(Stored data entries)
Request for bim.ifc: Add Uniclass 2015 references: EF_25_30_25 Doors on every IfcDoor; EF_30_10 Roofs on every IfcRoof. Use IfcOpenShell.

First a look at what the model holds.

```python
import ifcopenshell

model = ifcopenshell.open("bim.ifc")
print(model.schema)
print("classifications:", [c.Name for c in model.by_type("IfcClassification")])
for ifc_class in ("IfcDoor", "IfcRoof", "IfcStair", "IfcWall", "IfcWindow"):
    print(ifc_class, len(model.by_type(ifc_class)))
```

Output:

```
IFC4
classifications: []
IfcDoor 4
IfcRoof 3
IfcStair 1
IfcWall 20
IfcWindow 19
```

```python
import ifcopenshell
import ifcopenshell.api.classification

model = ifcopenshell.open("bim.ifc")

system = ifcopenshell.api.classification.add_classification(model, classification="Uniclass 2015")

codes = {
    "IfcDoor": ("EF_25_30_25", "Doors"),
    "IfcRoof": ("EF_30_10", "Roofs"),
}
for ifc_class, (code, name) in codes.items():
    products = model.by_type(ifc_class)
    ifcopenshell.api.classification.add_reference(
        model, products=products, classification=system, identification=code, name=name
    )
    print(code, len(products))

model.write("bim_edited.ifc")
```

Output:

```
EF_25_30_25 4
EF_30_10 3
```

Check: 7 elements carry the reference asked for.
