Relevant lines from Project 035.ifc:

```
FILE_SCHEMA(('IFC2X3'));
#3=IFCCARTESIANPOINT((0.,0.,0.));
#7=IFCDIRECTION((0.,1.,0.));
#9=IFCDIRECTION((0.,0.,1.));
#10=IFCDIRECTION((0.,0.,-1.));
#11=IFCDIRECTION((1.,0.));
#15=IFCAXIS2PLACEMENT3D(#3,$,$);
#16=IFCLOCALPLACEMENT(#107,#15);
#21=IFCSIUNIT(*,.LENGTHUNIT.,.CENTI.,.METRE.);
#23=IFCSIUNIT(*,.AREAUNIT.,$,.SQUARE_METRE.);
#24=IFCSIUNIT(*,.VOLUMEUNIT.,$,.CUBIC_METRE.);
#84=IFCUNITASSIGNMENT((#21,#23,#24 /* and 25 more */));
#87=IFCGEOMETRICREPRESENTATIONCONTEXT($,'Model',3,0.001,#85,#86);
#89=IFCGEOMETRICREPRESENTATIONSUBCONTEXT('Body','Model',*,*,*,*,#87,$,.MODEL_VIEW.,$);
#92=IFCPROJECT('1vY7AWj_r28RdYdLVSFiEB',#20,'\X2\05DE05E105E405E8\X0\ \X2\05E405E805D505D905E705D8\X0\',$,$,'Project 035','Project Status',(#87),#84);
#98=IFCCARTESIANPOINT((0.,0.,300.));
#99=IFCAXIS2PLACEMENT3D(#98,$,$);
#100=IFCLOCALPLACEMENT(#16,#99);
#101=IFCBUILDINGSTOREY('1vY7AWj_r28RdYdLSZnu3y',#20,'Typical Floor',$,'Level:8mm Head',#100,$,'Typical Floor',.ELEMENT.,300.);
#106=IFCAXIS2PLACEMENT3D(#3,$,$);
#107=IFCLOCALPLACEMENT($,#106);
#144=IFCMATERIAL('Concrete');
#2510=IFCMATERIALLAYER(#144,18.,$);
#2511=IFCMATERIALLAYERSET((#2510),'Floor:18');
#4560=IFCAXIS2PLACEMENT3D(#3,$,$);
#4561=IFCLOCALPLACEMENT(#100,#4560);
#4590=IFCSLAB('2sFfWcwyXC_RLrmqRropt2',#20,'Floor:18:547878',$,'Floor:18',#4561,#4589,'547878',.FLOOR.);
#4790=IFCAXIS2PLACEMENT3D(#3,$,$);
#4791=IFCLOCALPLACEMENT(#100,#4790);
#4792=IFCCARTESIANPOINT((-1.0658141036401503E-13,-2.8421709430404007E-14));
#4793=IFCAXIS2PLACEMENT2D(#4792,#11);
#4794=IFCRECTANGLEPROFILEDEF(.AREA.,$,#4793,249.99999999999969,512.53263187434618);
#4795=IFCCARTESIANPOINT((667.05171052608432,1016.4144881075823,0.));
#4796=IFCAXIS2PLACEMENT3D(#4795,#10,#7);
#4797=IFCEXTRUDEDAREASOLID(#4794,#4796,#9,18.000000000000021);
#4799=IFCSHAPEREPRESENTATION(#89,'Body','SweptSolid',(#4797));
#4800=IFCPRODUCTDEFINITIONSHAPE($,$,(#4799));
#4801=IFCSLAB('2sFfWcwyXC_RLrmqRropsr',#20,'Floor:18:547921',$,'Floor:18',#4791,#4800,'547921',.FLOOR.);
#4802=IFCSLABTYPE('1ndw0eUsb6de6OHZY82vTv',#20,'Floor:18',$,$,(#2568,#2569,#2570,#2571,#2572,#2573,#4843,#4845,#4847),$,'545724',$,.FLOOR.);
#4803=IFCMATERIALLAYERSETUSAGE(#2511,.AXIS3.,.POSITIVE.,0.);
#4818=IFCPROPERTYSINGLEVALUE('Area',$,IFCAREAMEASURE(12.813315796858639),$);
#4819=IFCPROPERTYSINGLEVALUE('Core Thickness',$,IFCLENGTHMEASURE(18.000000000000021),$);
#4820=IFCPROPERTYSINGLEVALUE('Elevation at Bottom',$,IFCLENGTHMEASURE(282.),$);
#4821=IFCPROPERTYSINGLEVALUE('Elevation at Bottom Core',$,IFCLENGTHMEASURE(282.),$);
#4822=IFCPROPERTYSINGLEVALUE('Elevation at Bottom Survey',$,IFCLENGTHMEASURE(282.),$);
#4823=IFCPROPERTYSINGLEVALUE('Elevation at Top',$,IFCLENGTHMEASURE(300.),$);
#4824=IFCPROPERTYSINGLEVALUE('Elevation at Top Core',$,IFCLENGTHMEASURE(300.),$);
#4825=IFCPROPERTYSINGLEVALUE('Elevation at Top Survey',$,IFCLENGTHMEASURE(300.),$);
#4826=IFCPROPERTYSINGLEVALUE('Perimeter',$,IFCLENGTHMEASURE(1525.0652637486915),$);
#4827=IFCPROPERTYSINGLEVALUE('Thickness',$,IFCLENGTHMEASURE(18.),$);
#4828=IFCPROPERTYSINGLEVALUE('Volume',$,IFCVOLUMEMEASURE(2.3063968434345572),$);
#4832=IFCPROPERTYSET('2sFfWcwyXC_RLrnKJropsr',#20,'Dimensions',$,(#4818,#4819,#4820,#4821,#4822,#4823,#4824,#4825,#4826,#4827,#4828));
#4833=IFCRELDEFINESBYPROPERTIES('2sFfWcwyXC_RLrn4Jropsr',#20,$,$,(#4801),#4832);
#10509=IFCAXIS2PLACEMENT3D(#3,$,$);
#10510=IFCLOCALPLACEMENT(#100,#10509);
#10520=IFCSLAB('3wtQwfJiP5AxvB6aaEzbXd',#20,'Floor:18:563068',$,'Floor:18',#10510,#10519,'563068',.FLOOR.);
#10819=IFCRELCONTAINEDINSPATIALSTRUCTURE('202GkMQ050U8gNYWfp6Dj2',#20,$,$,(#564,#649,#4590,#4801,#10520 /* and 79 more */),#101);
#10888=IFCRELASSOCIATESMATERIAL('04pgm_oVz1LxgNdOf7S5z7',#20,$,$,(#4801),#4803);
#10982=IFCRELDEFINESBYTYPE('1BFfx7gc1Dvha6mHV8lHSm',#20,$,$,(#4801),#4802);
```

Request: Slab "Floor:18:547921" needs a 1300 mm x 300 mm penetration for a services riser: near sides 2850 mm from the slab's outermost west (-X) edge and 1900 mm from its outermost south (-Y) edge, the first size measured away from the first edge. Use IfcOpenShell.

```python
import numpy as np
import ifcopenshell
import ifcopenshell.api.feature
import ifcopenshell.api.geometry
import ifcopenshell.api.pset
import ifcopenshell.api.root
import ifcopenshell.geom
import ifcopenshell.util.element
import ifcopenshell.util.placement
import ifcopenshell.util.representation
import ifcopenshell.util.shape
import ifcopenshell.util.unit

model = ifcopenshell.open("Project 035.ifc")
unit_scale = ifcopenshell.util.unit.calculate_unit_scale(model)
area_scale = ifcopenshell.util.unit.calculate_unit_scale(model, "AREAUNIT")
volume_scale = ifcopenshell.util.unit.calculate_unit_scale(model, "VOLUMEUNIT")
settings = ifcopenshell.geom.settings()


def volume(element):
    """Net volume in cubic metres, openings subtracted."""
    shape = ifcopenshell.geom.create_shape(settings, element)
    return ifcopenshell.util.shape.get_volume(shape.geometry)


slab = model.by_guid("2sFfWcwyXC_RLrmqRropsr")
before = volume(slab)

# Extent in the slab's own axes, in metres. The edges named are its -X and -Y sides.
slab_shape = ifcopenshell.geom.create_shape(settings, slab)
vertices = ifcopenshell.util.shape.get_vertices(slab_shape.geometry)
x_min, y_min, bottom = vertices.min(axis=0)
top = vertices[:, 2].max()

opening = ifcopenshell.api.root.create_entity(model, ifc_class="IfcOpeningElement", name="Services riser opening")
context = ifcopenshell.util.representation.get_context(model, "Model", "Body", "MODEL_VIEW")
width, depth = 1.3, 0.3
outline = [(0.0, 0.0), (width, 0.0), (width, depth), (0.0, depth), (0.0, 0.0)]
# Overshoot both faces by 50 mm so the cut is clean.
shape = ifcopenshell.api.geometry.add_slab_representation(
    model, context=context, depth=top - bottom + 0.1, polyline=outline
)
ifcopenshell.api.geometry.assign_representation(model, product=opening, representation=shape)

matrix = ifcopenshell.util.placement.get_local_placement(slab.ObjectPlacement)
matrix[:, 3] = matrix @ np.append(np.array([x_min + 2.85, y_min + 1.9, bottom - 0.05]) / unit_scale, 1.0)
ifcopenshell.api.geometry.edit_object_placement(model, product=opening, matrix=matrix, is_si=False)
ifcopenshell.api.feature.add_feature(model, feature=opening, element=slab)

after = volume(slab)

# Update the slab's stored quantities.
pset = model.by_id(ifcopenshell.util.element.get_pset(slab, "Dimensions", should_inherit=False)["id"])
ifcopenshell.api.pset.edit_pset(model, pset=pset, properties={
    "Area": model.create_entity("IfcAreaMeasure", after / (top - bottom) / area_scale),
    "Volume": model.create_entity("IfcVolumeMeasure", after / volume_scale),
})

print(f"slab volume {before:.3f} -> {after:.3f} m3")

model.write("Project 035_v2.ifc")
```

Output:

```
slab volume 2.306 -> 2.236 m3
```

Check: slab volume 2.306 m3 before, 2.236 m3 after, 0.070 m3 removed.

— Exercise —
Every line that contains "IFCCARTESIANPOINT" should be copied out of the data.

— Exercise answer —
#3=IFCCARTESIANPOINT((0.,0.,0.));
#98=IFCCARTESIANPOINT((0.,0.,300.));
#4792=IFCCARTESIANPOINT((-1.0658141036401503E-13,-2.8421709430404007E-14));
#4795=IFCCARTESIANPOINT((667.05171052608432,1016.4144881075823,0.));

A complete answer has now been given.